I won’t include the full breakdown in this post, but the experience takes place in a movie theatre and consists of three characters: a concession-stand employee, a movie-goer and an Ophelia-like screen actress. As of now, my main objective is to induce an altered state of consciousness, akin to that of dreaming. In its current state, it gives the user the constant possibility to switch between the movie-goers POV and a bird’s eye view. I have chosen to limit this freedom at two critical moments in the story: the beginning or set-up of the action and the climax/ending. I believe this will make for a more satisfying experience, since it provides a circular paradigm (given the specific context of the experience).
As for the storyboard, I went into TiltBrush a couple of hours and sketchily explored an idea I have for what a storyboard can be in VR. Since space will become more and more narrative in VR, I thought a storyboard could become a structure which reflects this story. I made a theatre which incorporates the ambiance and color palette of the intended world I want to create, and made it an exhibition place. Inside, there will be a color key for different characters, the interface, and different POV’s. The corridors diverge when viewpoints diverge.

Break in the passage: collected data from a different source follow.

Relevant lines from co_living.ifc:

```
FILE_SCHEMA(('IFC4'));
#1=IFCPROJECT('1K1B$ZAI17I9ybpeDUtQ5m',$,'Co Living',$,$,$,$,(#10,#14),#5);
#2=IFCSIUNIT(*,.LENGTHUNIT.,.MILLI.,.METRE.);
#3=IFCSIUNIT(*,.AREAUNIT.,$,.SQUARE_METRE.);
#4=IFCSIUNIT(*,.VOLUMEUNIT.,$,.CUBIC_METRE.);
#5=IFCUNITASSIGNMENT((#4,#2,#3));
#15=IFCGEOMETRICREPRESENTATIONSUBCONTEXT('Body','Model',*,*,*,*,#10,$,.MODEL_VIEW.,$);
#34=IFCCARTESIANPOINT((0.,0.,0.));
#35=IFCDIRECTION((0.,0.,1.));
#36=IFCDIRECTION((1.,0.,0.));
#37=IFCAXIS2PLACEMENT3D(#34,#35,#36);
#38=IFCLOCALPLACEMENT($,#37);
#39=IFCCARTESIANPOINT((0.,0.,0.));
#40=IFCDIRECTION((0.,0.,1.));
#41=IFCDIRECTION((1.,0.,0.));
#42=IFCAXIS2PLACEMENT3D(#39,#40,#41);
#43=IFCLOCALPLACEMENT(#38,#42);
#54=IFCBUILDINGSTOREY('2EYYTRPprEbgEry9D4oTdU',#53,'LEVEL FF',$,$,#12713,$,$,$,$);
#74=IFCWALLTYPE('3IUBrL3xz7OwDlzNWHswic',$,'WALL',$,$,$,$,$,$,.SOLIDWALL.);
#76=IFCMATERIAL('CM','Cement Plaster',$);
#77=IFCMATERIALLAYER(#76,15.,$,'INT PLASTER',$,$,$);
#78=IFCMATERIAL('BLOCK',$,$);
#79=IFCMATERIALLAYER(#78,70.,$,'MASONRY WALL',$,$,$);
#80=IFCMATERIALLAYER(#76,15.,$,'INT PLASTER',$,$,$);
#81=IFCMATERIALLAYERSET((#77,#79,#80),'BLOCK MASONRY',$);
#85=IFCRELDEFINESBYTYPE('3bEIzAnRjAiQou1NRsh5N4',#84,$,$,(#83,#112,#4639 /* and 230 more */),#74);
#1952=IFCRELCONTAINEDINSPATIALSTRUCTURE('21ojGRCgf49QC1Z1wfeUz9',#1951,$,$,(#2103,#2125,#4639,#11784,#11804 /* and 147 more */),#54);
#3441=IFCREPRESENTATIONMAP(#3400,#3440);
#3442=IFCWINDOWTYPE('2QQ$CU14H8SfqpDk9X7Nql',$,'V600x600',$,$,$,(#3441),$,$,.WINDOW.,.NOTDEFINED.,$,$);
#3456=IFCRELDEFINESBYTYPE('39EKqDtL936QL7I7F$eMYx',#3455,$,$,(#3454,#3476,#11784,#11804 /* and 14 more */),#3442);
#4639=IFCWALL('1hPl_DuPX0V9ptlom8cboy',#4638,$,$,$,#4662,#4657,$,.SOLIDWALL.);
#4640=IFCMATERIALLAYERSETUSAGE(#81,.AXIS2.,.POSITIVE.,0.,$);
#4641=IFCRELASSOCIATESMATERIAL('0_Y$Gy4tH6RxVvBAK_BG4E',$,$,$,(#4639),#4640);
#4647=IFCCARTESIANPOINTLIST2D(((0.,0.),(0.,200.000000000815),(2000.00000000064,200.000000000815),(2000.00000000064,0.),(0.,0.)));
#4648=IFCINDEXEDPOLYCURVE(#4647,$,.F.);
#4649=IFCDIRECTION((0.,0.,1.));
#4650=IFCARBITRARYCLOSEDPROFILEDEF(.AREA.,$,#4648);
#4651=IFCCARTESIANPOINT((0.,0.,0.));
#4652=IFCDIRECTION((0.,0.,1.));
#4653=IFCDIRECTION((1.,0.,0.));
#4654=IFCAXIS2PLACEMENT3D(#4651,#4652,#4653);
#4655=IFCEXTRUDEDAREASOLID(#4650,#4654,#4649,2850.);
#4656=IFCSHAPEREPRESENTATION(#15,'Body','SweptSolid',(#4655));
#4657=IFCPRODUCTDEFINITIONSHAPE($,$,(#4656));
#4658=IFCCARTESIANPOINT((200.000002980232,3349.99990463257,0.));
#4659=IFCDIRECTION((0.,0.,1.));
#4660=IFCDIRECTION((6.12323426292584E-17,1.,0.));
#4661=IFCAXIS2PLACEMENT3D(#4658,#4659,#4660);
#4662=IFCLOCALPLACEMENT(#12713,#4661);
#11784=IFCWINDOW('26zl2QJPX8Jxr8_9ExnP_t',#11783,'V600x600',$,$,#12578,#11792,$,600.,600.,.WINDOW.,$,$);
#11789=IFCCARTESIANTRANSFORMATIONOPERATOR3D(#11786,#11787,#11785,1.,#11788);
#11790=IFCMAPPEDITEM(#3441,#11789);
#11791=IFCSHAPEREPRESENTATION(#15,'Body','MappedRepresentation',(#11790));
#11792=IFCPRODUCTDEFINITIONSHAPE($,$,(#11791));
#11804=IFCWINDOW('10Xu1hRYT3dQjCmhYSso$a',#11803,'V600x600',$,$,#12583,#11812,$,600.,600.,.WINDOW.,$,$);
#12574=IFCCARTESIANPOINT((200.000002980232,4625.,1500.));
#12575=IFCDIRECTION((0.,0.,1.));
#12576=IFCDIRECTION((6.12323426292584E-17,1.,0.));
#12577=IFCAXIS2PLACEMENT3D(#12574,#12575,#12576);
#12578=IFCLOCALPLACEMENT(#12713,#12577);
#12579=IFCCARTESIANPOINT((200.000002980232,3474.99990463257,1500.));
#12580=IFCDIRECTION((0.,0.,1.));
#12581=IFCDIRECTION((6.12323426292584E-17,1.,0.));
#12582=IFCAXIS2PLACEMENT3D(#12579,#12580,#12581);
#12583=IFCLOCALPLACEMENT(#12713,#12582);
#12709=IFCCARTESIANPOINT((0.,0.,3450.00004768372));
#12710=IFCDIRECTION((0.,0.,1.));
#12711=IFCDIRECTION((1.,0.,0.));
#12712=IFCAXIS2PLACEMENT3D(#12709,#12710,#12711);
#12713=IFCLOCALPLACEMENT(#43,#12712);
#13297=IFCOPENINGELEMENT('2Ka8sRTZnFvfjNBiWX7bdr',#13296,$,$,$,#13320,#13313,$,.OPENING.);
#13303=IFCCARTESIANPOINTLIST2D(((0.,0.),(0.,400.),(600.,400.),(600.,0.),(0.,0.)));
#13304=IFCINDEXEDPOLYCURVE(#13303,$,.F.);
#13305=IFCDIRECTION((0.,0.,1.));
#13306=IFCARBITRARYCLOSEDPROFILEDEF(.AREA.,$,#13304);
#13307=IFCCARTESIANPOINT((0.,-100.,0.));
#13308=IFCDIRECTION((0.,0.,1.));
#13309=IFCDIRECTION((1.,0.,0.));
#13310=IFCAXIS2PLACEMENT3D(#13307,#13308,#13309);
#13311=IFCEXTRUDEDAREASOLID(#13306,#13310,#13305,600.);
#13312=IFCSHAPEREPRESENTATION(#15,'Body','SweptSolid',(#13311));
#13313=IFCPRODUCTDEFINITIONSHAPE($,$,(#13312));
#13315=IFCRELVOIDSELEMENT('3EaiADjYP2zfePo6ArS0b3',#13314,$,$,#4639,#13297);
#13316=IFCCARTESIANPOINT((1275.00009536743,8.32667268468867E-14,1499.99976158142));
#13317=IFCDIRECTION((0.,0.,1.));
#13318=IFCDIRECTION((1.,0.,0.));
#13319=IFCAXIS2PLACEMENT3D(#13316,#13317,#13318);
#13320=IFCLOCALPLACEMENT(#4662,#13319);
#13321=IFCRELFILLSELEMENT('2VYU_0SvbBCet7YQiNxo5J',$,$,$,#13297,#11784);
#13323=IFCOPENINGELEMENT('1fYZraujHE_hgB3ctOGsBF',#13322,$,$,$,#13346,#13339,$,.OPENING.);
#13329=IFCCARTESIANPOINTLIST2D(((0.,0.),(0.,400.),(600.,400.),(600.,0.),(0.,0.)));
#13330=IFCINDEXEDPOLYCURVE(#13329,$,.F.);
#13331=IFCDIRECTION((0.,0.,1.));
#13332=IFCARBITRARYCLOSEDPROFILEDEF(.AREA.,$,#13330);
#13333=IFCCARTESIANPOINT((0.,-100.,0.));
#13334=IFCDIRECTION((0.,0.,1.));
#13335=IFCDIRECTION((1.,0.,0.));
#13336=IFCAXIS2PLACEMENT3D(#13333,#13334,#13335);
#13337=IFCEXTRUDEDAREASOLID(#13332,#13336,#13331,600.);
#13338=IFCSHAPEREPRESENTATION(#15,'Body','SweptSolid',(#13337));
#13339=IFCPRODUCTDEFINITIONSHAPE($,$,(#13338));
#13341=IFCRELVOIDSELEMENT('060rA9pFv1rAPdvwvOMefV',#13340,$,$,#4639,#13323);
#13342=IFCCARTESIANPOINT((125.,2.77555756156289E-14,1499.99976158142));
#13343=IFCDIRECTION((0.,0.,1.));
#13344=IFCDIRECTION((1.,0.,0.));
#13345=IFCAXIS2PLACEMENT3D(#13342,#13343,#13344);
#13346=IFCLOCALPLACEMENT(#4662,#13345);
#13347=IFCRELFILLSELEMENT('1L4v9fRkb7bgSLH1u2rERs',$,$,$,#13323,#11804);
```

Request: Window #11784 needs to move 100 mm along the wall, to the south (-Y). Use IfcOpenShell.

```python
import ifcopenshell
import ifcopenshell.api.geometry
import ifcopenshell.util.placement
import ifcopenshell.util.unit

model = ifcopenshell.open("co_living.ifc")
unit_scale = ifcopenshell.util.unit.calculate_unit_scale(model)

window = model.by_guid("26zl2QJPX8Jxr8_9ExnP_t")
opening = window.FillsVoids[0].RelatingOpeningElement
wall = opening.VoidsElements[0].RelatingBuildingElement

wall_matrix = ifcopenshell.util.placement.get_local_placement(wall.ObjectPlacement)
shift = wall_matrix[:3, 0] * -0.1 / unit_scale
before = ifcopenshell.util.placement.get_local_placement(window.ObjectPlacement)[:3, 3].copy()

# The window is not placed relative to its opening, so move both.
for product in (opening, window):
    matrix = ifcopenshell.util.placement.get_local_placement(product.ObjectPlacement)
    matrix[:3, 3] += shift
    ifcopenshell.api.geometry.edit_object_placement(model, product=product, matrix=matrix, is_si=False)

after = ifcopenshell.util.placement.get_local_placement(window.ObjectPlacement)[:3, 3]
print("window moved by", (after - before).round(3) + 0.0)

model.write("co_living-out.ifc")
```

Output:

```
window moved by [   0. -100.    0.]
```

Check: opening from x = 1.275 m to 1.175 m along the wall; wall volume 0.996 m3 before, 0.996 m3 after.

I opted for this method because I think of story as structure and structure and story. Wasn’t it Goethe who said to think of architecture as frozen music and music as liquid architecture? There’s an undeniable relationship between how we perceive spaces and how we perceive abstract expressions of emotion. For now, I am exploring this idea in the context of VR experiences. Storyboard could be an exhibited narrative space.

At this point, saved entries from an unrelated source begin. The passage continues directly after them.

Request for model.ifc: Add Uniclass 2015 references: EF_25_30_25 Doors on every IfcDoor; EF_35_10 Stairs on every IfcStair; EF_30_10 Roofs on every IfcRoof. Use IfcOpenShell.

First a look at what the model holds.

```python
import ifcopenshell

model = ifcopenshell.open("model.ifc")
print(model.schema)
print("classifications:", [c.Name for c in model.by_type("IfcClassification")])
for ifc_class in ("IfcDoor", "IfcRoof", "IfcStair", "IfcWall", "IfcWindow"):
    print(ifc_class, len(model.by_type(ifc_class)))
```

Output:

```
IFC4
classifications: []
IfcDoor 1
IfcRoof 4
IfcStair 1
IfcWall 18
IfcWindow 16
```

```python
import ifcopenshell
import ifcopenshell.api.classification

model = ifcopenshell.open("model.ifc")

system = ifcopenshell.api.classification.add_classification(model, classification="Uniclass 2015")

codes = {
    "IfcDoor": ("EF_25_30_25", "Doors"),
    "IfcStair": ("EF_35_10", "Stairs"),
    "IfcRoof": ("EF_30_10", "Roofs"),
}
for ifc_class, (code, name) in codes.items():
    products = model.by_type(ifc_class)
    ifcopenshell.api.classification.add_reference(
        model, products=products, classification=system, identification=code, name=name
    )
    print(code, len(products))

model.write("model_v2.ifc")
```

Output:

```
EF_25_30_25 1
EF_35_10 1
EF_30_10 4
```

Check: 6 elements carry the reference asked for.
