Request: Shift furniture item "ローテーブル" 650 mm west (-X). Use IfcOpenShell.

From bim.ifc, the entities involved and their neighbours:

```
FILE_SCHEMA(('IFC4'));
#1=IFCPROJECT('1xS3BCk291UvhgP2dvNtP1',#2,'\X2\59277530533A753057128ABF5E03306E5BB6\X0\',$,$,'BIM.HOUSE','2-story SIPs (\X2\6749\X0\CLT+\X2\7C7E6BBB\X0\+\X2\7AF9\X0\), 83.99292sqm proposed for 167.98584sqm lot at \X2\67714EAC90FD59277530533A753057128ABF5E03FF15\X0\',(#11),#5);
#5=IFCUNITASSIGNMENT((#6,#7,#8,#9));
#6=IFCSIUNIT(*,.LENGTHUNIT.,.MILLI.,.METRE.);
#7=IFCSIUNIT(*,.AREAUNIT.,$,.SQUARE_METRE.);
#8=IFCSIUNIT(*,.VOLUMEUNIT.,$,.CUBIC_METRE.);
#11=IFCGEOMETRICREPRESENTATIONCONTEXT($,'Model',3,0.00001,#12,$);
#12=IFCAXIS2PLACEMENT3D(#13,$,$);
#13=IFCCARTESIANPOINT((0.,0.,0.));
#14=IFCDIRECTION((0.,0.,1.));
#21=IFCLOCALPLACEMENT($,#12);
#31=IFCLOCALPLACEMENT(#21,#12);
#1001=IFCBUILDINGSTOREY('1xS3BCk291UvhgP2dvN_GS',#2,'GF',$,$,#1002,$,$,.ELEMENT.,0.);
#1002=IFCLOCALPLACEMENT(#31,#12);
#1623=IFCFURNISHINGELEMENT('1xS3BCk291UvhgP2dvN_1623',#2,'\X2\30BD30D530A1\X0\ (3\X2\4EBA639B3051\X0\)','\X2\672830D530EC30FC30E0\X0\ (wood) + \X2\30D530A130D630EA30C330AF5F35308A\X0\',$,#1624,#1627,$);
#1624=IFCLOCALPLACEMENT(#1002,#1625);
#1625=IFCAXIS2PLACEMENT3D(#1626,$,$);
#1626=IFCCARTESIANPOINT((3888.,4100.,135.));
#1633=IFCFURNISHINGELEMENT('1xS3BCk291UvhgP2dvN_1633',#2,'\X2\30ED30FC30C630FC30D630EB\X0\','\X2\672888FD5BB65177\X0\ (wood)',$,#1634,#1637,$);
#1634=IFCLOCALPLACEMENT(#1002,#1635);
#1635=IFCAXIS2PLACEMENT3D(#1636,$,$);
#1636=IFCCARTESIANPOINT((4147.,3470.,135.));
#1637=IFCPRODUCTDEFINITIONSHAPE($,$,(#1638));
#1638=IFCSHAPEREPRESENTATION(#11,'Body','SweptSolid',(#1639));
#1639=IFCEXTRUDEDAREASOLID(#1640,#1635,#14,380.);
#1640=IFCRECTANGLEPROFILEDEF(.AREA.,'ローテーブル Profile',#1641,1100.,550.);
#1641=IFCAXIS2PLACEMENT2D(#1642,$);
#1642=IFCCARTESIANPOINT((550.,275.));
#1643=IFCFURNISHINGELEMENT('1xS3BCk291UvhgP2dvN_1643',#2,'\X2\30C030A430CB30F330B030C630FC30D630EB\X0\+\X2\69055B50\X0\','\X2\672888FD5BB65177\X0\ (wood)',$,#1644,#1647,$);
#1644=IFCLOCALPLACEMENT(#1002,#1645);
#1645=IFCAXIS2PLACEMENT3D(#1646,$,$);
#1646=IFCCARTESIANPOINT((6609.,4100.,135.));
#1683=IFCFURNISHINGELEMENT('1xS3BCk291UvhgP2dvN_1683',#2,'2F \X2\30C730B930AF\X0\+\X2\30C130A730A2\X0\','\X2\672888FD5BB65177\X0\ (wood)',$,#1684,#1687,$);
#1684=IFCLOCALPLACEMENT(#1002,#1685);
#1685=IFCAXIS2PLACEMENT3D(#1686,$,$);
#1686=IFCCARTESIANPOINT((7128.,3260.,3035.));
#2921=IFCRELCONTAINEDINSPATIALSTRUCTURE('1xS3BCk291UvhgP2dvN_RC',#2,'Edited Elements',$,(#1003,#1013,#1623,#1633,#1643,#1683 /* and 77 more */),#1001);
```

```python
import ifcopenshell
import ifcopenshell.api.geometry
import ifcopenshell.util.placement
import ifcopenshell.util.unit

model = ifcopenshell.open("bim.ifc")
unit_scale = ifcopenshell.util.unit.calculate_unit_scale(model)

item = model.by_guid("1xS3BCk291UvhgP2dvN_1633")
matrix = ifcopenshell.util.placement.get_local_placement(item.ObjectPlacement)
matrix[0, 3] -= 0.65 / unit_scale
ifcopenshell.api.geometry.edit_object_placement(model, product=item, matrix=matrix, is_si=False)

print(ifcopenshell.util.placement.get_local_placement(item.ObjectPlacement).round(3) + 0.0)

model.write("bim_rev.ifc")
```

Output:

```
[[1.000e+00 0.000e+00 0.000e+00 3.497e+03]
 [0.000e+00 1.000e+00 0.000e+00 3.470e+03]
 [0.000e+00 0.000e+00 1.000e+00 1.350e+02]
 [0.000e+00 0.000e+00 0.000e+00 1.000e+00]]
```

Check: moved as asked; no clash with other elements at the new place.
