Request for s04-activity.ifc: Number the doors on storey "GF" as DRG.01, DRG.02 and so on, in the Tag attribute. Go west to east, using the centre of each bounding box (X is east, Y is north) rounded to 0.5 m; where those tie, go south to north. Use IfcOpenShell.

First a look at what the model holds.

```python
import ifcopenshell
import ifcopenshell.util.element
import ifcopenshell.util.placement

model = ifcopenshell.open("s04-activity.ifc")
print(model.schema)
storey = next(s for s in model.by_type("IfcBuildingStorey") if s.Name == "GF")
doors = [e for e in ifcopenshell.util.element.get_decomposition(storey) if e.is_a("IfcDoor")]
for e in sorted(doors, key=lambda e: e.id()):
    origin = ifcopenshell.util.placement.get_local_placement(e.ObjectPlacement)[:3, 3]
    print(e.id(), e.Tag, e.Name, origin.round(2) + 0.0, sep=" | ")
```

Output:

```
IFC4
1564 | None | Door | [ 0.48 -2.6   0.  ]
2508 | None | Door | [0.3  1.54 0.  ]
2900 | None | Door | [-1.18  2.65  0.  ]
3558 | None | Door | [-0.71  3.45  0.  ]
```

```python
import ifcopenshell
import ifcopenshell.geom
import ifcopenshell.util.element
import ifcopenshell.util.shape

model = ifcopenshell.open("s04-activity.ifc")
settings = ifcopenshell.geom.settings()
settings.set("use-world-coords", True)


def centre(element):
    shape = ifcopenshell.geom.create_shape(settings, element)
    return ifcopenshell.util.shape.get_bbox_centroid(shape.geometry)


storey = next(s for s in model.by_type("IfcBuildingStorey") if s.Name == "GF")
doors = [e for e in ifcopenshell.util.element.get_decomposition(storey) if e.is_a("IfcDoor")]

# Insertion points can sit at a corner or the storey origin, so sort by the geometry (in metres).
centres = {e: centre(e) for e in doors}
doors.sort(key=lambda e: (round(centres[e][0] / 0.5), centres[e][1]))

for i, e in enumerate(doors, start=1):
    number = f"DRG.{i:02d}"
    e.Tag = number
    print(e.id(), number)

model.write("s04-activity_edited.ifc")
```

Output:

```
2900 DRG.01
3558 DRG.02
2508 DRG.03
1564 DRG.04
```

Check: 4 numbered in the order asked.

Unit 2, Week 2: Cinematic VR
I was lucky enough to watch a 14 min VR film some days ago, which changed my whole approach to this story-telling unit. I had been convinced that this 60-90s story of mine needed an interactive element for it to be successful in VR, but this film proved me wrong. I watched it with a cardboard headset on my phone and my eyes had a hard time adjusting to the camera focus, yet it still moved me to tears. The camera angles and movements are compelling and intuitive. The use of close-ups is ultra-successful and right on the necessary emotional beats. It proved, for me, that cinematic VR could very well be defined by the simple choice of letting yourself go as a VR user and being led. Of course, leading well as a director is no easy matter.

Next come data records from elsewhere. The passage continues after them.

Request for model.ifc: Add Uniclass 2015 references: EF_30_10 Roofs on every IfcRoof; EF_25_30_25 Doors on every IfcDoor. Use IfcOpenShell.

First a look at what the model holds.

```python
import ifcopenshell

model = ifcopenshell.open("model.ifc")
print(model.schema)
print("classifications:", [c.Name for c in model.by_type("IfcClassification")])
for ifc_class in ("IfcDoor", "IfcRoof", "IfcStair", "IfcWall", "IfcWindow"):
    print(ifc_class, len(model.by_type(ifc_class)))
```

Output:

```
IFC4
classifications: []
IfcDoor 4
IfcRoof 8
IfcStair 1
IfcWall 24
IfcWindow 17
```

```python
import ifcopenshell
import ifcopenshell.api.classification

model = ifcopenshell.open("model.ifc")

system = ifcopenshell.api.classification.add_classification(model, classification="Uniclass 2015")

codes = {
    "IfcRoof": ("EF_30_10", "Roofs"),
    "IfcDoor": ("EF_25_30_25", "Doors"),
}
for ifc_class, (code, name) in codes.items():
    products = model.by_type(ifc_class)
    ifcopenshell.api.classification.add_reference(
        model, products=products, classification=system, identification=code, name=name
    )
    print(code, len(products))

model.write("model_v2.ifc")
```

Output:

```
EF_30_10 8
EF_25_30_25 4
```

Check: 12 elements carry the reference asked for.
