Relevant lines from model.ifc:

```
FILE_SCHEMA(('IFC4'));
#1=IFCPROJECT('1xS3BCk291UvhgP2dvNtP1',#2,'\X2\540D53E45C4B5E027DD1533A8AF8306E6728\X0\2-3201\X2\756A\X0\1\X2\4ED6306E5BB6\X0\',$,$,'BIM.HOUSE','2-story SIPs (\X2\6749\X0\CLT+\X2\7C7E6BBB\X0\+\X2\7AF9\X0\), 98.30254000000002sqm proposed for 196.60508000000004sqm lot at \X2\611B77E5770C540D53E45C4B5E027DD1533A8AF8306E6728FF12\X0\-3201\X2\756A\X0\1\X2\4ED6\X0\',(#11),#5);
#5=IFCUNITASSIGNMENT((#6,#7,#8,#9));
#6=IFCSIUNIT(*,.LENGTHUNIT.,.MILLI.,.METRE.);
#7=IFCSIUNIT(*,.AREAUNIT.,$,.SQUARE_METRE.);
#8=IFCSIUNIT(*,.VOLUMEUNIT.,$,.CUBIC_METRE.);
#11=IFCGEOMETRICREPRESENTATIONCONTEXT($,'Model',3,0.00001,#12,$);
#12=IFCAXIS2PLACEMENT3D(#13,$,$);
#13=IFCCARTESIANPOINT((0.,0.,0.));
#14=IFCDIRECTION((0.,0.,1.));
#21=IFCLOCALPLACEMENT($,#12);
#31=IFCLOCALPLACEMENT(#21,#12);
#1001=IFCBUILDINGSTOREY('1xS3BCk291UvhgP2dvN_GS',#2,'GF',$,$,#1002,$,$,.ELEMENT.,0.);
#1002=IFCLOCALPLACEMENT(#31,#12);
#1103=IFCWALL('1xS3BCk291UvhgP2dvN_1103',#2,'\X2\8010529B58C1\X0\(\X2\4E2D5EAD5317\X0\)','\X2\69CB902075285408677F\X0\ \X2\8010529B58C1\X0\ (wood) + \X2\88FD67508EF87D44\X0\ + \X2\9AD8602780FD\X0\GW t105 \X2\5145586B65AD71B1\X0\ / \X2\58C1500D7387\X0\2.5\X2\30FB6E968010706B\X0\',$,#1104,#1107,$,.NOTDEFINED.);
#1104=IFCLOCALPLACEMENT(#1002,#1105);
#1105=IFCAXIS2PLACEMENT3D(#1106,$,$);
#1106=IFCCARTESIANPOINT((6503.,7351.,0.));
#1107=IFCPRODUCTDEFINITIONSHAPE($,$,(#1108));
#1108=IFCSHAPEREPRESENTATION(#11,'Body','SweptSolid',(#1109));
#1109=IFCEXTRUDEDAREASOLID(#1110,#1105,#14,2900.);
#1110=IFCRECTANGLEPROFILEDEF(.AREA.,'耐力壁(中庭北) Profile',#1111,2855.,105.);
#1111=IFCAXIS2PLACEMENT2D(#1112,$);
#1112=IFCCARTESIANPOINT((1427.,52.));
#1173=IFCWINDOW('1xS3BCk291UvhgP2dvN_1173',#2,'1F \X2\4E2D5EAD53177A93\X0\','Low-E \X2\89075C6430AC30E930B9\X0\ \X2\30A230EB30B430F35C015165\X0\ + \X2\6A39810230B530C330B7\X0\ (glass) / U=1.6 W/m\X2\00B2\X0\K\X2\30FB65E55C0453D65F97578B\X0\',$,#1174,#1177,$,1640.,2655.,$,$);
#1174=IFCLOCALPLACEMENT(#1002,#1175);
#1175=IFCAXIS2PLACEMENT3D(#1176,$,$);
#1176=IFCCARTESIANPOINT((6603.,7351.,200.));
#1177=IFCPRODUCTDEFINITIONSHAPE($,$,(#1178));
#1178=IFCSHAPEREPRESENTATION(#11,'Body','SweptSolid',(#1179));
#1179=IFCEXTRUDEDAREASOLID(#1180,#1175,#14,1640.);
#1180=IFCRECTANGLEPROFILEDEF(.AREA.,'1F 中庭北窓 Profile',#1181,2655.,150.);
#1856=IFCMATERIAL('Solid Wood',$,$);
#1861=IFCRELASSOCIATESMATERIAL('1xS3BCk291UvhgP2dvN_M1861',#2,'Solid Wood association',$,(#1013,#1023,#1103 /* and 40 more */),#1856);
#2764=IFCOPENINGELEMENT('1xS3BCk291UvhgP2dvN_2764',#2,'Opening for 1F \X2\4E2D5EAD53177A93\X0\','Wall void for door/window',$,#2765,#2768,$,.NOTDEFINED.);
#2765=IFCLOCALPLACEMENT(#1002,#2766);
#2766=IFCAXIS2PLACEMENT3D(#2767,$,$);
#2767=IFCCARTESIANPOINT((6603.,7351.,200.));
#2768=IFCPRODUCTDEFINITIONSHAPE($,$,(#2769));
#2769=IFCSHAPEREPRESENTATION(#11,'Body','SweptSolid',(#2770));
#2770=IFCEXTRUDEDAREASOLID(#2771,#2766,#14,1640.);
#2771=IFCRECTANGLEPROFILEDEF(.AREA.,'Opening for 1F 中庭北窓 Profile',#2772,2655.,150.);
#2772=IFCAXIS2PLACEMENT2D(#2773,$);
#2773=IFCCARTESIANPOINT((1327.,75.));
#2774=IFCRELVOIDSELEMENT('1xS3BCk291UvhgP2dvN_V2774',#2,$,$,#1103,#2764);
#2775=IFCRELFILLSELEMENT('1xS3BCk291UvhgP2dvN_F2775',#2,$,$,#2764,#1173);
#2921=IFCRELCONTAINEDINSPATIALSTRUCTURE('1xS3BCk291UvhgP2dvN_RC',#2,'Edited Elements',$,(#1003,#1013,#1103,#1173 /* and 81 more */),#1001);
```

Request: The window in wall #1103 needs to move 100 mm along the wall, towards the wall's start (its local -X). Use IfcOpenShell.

```python
import ifcopenshell
import ifcopenshell.api.geometry
import ifcopenshell.util.placement
import ifcopenshell.util.unit

model = ifcopenshell.open("model.ifc")
unit_scale = ifcopenshell.util.unit.calculate_unit_scale(model)

window = model.by_guid("1xS3BCk291UvhgP2dvN_1173")
opening = window.FillsVoids[0].RelatingOpeningElement
wall = opening.VoidsElements[0].RelatingBuildingElement

wall_matrix = ifcopenshell.util.placement.get_local_placement(wall.ObjectPlacement)
shift = wall_matrix[:3, 0] * -0.1 / unit_scale
before = ifcopenshell.util.placement.get_local_placement(window.ObjectPlacement)[:3, 3].copy()

# The window is not placed relative to its opening, so move both.
for product in (opening, window):
    matrix = ifcopenshell.util.placement.get_local_placement(product.ObjectPlacement)
    matrix[:3, 3] += shift
    ifcopenshell.api.geometry.edit_object_placement(model, product=product, matrix=matrix, is_si=False)

after = ifcopenshell.util.placement.get_local_placement(window.ObjectPlacement)[:3, 3]
print("window moved by", (after - before).round(3) + 0.0)

model.write("model_updated.ifc")
```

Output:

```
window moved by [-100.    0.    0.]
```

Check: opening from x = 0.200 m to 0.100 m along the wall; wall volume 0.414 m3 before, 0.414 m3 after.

This realization comes at a good time because my priority for this unit is narrating space. I am now convinced camera movement will be my protagonist, and the user will only need to sit and look around. This may seem boring to users who are used to more of a gamification of experiences, but trusting a narrative to move for you has great potential. It is imperative, however, that it is a camera that thinks. My instructor has recommended a book on spatializing narrative which I ordered for my personal library and am very keen to read, but still hasn’t arrived.
Here is a sketch I did exploring character design and palette.
I have been exploring some character design, but my goal for the incoming week, now that I have decided to fully limit interaction to head movement, is to write a starting script. This will raise many questions about scripting 360 stories, and is sure to be a feat. Wish me strength and flexibility as I start building this narrative world.